Find and copy each line of the data that includes "IFCRELASSOCIATESMATERIAL".

----- Material shown

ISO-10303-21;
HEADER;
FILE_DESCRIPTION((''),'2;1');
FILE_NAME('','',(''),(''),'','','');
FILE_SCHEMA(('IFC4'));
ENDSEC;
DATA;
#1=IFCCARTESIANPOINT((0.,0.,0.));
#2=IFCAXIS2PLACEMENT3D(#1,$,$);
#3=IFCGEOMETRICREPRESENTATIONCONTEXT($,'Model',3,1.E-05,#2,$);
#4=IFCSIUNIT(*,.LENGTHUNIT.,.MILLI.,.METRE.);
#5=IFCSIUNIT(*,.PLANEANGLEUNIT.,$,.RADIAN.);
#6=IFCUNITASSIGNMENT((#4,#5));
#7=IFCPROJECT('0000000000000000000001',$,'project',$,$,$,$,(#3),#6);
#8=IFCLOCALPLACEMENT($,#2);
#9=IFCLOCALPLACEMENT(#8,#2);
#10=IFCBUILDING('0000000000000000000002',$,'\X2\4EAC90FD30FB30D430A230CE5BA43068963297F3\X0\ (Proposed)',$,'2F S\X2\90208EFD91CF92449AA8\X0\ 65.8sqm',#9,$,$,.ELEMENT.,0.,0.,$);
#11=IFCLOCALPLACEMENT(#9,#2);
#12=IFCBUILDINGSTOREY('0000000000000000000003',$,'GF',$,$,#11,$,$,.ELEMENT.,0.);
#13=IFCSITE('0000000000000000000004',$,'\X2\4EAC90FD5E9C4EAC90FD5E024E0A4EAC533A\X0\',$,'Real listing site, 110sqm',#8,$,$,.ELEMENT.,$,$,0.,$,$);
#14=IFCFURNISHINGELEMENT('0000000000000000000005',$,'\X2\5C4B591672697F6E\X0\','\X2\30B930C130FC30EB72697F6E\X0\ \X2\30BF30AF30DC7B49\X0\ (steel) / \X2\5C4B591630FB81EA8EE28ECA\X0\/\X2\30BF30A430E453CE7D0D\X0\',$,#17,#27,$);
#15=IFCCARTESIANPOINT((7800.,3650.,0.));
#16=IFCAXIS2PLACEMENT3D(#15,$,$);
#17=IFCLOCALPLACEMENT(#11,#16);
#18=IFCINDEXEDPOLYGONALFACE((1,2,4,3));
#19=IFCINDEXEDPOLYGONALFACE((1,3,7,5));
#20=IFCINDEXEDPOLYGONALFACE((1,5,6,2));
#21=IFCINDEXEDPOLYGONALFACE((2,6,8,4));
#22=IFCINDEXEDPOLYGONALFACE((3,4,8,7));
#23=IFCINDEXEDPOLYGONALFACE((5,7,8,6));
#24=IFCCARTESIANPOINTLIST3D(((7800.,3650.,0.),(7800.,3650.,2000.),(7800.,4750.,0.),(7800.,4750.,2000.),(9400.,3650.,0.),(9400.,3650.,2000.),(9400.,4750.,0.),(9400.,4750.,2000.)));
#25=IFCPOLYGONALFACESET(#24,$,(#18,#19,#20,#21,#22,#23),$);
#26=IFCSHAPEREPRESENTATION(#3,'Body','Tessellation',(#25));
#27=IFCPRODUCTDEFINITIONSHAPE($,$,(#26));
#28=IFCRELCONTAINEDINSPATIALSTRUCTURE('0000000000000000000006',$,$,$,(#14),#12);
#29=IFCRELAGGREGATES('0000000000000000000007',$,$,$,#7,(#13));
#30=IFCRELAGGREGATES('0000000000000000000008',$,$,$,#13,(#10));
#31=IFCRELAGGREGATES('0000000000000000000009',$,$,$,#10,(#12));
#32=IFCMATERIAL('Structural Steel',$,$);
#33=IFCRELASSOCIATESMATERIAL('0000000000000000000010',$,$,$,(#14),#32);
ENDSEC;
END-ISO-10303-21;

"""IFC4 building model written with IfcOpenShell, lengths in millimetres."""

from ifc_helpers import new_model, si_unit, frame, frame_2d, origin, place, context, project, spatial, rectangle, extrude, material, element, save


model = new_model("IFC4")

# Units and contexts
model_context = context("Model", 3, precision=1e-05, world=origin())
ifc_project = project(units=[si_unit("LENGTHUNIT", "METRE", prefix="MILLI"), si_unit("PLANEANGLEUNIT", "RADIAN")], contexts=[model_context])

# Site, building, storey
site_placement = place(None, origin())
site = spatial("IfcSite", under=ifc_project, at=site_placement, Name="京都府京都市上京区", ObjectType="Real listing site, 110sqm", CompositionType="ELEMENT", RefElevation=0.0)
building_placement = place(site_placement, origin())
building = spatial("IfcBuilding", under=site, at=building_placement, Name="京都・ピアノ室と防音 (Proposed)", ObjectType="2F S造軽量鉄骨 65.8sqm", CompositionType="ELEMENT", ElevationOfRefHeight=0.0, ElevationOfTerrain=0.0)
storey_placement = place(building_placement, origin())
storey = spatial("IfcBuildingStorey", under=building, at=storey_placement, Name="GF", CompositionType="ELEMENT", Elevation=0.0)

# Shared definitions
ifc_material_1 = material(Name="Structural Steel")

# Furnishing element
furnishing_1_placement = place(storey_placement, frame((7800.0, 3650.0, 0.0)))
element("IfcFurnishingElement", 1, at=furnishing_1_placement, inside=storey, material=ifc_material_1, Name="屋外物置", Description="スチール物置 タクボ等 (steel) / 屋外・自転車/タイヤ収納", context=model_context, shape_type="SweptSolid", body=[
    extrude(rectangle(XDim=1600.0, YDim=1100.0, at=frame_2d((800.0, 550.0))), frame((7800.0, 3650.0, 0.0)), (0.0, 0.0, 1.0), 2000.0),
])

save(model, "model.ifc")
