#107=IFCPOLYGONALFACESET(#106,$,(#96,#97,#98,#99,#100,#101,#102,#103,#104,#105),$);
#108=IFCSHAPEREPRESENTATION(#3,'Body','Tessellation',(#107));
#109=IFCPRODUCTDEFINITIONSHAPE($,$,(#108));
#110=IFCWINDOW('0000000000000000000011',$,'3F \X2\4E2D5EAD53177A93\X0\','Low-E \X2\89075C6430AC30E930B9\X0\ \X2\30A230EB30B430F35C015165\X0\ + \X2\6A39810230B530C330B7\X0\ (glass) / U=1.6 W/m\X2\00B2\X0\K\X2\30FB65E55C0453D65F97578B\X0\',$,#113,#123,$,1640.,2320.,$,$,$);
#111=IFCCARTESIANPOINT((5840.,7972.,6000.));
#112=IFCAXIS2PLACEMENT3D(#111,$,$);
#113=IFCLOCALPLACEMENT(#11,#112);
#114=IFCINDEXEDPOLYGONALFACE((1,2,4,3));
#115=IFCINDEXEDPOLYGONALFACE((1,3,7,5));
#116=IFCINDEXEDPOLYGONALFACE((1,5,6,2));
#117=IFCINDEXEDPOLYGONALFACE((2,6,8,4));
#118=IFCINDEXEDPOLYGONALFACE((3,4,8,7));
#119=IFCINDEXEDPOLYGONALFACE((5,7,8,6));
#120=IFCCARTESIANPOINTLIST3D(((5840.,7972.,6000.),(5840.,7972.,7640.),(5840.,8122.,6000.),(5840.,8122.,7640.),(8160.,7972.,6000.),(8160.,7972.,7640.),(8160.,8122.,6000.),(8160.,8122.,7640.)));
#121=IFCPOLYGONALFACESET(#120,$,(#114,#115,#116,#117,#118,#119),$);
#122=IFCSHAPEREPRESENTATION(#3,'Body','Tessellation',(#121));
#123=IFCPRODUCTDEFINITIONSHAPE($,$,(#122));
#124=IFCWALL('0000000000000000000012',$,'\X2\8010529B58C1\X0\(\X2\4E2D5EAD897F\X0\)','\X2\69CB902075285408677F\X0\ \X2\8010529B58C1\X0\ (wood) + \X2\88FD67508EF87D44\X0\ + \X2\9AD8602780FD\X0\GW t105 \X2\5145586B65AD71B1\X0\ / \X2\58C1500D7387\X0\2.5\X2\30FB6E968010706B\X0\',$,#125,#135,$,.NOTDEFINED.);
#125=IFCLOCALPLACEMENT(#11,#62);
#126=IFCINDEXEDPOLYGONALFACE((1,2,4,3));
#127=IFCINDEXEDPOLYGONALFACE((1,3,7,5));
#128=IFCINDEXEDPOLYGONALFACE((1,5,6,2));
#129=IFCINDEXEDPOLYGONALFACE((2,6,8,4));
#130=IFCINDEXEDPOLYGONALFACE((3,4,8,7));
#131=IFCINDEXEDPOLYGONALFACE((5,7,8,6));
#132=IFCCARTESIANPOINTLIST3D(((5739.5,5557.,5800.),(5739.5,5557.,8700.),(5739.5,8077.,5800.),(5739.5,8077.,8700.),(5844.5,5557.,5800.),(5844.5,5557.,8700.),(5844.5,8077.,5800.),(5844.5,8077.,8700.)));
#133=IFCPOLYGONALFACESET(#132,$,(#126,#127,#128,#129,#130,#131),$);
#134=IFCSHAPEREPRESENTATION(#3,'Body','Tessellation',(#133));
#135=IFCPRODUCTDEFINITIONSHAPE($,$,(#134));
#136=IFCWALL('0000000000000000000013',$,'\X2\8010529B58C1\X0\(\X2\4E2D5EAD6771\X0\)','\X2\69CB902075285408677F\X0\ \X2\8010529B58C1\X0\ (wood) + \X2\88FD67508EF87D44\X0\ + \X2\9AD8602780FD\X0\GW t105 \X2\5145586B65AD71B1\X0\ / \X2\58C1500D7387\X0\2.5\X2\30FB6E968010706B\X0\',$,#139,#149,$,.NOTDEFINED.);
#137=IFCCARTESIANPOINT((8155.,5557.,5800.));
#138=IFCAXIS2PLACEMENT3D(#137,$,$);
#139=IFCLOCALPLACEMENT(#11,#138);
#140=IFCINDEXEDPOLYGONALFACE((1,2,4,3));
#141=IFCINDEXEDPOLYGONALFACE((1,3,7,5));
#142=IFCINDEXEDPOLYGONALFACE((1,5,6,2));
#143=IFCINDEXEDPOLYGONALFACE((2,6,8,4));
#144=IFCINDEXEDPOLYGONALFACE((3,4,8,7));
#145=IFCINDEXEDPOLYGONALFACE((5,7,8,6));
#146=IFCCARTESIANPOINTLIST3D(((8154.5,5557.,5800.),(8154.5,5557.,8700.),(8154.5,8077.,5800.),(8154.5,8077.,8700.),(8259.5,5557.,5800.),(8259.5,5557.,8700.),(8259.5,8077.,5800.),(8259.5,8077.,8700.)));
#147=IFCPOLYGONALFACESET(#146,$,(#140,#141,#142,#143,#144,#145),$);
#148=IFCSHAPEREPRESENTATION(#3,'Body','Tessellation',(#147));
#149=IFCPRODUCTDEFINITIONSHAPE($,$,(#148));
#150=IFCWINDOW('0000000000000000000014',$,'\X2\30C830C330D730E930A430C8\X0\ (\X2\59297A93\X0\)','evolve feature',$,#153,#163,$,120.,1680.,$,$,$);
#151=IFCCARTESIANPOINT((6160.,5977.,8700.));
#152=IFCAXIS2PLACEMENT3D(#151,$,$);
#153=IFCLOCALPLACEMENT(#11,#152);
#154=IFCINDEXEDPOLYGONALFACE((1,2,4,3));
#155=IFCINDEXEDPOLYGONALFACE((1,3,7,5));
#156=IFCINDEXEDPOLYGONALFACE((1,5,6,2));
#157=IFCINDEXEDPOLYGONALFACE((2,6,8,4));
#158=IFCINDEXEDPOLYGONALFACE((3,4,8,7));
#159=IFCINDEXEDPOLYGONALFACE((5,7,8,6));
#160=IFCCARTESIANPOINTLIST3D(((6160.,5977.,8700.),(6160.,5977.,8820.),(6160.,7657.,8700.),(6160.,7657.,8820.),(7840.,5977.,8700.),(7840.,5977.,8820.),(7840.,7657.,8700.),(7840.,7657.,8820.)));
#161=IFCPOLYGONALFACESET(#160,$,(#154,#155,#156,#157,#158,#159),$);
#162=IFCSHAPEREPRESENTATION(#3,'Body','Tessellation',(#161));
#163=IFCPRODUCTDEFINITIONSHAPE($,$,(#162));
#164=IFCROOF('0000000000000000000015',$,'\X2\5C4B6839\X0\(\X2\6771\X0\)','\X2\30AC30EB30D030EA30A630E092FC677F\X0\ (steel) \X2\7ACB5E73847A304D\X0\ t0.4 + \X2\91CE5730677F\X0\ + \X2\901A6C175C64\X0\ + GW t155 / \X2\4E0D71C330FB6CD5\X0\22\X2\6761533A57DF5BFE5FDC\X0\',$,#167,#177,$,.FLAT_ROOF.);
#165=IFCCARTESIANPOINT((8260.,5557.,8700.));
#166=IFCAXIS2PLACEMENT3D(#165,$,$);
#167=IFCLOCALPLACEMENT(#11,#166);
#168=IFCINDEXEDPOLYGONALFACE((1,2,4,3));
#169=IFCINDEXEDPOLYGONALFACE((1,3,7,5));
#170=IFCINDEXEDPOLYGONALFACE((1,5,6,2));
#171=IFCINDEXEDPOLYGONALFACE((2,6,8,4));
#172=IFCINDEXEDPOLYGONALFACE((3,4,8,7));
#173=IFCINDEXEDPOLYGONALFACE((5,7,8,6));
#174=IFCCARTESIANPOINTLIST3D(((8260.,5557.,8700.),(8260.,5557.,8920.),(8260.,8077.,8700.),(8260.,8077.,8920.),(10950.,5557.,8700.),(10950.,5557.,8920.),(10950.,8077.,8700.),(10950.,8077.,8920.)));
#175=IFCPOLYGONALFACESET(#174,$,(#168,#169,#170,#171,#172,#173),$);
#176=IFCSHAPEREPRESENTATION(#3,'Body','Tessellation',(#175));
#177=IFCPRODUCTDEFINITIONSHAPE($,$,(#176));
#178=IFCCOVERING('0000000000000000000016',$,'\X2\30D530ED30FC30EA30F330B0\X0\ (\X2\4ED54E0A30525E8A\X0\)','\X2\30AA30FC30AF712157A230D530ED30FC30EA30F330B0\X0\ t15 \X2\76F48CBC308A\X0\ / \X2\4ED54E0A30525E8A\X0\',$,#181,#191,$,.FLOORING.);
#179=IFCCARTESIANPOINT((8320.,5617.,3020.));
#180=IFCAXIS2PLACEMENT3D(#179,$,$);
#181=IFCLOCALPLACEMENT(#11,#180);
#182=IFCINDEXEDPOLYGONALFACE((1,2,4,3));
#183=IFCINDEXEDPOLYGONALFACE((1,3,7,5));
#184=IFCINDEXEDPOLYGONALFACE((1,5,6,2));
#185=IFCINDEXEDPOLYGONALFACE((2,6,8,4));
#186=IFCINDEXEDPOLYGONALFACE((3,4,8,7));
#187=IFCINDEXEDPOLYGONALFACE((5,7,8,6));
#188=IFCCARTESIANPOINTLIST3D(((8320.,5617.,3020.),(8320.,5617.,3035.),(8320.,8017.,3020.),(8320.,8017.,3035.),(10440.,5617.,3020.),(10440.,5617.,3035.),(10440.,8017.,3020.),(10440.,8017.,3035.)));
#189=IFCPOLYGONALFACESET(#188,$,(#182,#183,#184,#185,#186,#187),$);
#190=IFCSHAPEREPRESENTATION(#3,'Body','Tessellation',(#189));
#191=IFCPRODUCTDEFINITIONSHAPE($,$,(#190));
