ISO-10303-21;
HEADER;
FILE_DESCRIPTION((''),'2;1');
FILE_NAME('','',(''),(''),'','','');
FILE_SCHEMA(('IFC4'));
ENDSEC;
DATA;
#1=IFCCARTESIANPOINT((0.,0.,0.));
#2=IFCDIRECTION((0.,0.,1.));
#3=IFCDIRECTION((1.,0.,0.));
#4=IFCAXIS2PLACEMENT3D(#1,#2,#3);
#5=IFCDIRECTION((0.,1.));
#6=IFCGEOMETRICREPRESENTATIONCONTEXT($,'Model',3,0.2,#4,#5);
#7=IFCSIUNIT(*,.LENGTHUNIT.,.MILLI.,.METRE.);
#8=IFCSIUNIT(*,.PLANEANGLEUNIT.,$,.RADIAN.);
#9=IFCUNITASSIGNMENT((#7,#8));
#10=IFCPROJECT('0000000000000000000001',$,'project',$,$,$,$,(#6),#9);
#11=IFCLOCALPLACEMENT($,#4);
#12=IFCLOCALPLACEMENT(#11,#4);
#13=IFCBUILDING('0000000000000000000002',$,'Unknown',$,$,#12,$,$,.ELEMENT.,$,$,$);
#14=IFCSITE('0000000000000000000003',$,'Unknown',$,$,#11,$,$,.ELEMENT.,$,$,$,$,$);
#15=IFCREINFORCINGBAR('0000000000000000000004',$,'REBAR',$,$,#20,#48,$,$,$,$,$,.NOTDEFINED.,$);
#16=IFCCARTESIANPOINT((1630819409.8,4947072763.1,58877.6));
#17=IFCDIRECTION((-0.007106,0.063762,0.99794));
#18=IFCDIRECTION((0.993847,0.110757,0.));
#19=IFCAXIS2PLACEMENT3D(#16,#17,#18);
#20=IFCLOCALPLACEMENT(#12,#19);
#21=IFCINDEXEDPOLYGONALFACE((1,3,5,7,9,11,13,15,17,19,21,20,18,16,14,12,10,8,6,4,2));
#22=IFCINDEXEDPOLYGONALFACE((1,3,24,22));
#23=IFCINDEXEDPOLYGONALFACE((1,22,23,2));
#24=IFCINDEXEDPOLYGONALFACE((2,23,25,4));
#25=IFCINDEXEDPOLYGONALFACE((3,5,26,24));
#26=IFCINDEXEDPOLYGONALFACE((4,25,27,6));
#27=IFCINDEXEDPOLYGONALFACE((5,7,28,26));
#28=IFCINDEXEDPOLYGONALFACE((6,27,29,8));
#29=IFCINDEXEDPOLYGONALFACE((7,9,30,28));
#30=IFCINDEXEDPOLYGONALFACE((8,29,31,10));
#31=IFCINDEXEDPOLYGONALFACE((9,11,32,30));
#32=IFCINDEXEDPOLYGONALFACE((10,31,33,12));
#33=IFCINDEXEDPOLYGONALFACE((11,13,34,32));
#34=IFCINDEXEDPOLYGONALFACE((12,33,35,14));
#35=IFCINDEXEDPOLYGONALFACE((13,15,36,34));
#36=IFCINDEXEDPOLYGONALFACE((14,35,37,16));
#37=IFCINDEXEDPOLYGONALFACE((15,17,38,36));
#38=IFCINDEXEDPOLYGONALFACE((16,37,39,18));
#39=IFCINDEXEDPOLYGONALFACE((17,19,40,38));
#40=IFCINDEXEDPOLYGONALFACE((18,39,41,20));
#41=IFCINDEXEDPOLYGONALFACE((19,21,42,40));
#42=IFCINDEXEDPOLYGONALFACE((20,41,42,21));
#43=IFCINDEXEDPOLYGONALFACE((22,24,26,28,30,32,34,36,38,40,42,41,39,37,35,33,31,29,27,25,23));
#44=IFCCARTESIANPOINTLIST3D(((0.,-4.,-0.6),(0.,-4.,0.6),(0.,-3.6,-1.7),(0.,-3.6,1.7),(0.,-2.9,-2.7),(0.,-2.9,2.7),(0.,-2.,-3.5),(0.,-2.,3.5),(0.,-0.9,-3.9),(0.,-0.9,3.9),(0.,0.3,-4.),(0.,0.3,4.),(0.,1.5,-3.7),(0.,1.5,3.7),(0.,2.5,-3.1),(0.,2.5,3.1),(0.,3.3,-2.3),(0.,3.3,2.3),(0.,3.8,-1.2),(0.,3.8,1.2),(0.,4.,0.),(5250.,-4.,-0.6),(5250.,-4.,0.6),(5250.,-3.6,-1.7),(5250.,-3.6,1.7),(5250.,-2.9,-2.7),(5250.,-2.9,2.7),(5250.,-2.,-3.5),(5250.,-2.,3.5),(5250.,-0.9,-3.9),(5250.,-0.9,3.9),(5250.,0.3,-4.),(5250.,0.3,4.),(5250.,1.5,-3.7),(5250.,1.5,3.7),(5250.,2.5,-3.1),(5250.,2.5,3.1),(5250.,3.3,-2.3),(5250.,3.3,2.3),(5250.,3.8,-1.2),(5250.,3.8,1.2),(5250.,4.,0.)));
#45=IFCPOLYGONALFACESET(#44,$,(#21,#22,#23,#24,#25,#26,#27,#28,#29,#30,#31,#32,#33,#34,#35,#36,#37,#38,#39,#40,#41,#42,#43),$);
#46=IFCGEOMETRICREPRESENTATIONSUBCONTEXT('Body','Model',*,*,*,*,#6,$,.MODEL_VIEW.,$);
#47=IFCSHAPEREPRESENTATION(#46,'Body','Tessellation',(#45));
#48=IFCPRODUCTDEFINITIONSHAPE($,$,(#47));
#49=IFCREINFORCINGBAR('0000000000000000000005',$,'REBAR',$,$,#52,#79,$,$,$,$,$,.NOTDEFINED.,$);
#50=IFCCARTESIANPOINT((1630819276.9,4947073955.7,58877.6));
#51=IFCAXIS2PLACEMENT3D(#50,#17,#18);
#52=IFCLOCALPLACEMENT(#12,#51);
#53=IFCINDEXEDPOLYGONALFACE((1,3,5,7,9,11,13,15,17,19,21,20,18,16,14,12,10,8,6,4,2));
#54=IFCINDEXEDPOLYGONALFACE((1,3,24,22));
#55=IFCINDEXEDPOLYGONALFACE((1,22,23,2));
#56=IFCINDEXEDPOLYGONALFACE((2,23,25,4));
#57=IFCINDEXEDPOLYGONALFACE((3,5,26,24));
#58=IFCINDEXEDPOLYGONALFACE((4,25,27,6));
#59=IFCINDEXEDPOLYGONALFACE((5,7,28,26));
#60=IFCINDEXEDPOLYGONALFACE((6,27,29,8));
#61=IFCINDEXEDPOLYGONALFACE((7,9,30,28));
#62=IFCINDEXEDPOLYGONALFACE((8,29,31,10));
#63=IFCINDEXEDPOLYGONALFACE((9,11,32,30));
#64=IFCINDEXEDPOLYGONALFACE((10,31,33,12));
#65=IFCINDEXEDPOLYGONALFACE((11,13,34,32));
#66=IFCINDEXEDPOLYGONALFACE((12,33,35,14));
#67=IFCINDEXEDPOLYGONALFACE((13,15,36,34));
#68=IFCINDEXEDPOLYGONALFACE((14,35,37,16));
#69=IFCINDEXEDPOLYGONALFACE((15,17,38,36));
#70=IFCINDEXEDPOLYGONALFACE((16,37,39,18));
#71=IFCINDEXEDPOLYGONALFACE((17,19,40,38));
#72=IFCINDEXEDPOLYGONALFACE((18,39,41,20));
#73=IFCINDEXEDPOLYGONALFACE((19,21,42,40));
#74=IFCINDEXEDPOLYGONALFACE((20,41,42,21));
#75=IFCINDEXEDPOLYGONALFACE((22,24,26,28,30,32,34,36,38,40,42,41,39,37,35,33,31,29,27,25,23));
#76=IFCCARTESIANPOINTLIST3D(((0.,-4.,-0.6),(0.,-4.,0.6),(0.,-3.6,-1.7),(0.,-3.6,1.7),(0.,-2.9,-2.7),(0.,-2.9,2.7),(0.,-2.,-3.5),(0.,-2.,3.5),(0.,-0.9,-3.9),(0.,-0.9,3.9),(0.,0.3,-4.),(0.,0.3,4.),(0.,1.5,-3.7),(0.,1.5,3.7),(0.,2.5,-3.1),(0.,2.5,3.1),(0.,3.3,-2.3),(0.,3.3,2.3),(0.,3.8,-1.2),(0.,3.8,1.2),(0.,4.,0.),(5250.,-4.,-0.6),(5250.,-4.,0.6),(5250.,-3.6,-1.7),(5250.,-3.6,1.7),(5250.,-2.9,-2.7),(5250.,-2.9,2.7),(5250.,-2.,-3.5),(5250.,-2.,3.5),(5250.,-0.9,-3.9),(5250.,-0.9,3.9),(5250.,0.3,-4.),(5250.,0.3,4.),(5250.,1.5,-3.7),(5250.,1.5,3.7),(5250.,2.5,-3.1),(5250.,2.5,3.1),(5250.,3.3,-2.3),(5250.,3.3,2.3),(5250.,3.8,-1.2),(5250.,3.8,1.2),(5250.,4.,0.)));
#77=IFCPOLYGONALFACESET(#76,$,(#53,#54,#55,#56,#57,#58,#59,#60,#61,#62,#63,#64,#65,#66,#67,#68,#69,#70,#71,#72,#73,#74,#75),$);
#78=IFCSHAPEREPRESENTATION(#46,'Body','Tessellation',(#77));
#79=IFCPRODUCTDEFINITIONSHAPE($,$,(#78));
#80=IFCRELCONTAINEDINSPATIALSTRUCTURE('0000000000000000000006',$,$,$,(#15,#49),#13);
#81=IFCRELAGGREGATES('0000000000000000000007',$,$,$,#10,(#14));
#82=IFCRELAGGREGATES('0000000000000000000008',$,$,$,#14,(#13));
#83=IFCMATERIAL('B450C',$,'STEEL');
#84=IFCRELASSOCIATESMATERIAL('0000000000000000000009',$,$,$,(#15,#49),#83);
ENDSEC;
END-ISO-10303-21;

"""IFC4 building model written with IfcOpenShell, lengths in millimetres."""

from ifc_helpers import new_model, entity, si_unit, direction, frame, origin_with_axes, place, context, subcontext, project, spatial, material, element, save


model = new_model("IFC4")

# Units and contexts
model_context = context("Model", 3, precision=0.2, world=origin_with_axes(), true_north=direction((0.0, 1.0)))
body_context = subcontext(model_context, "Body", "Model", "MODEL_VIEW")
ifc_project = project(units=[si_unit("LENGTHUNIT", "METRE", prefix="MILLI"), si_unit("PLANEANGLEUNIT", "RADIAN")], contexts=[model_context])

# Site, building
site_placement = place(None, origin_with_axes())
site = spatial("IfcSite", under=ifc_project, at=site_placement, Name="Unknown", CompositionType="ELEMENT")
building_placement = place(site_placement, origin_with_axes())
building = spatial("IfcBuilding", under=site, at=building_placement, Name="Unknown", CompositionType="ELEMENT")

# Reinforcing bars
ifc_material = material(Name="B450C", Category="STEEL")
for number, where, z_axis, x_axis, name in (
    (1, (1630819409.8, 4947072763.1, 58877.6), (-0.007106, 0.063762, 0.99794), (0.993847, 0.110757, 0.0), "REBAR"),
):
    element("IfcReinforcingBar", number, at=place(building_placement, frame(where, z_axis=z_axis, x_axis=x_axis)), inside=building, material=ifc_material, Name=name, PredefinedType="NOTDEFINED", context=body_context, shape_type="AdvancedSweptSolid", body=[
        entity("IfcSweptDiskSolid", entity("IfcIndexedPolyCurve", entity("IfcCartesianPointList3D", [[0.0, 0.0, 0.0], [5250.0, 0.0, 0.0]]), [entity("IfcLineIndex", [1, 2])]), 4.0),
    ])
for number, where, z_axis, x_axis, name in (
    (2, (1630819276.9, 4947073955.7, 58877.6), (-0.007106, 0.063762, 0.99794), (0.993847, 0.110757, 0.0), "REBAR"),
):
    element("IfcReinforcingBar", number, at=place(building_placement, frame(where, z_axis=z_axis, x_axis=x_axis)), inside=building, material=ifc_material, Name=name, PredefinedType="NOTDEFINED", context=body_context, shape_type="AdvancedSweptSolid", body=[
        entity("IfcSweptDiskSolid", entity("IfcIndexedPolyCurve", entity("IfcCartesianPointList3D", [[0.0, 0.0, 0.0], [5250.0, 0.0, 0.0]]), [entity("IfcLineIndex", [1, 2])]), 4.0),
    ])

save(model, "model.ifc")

----------

Solved problem:
#33=IFCRELASSOCIATESMATERIAL('0000000000000000000010',$,$,$,(#14),#32);
#84=IFCRELASSOCIATESMATERIAL('0000000000000000000009',$,$,$,(#15,#49),#83);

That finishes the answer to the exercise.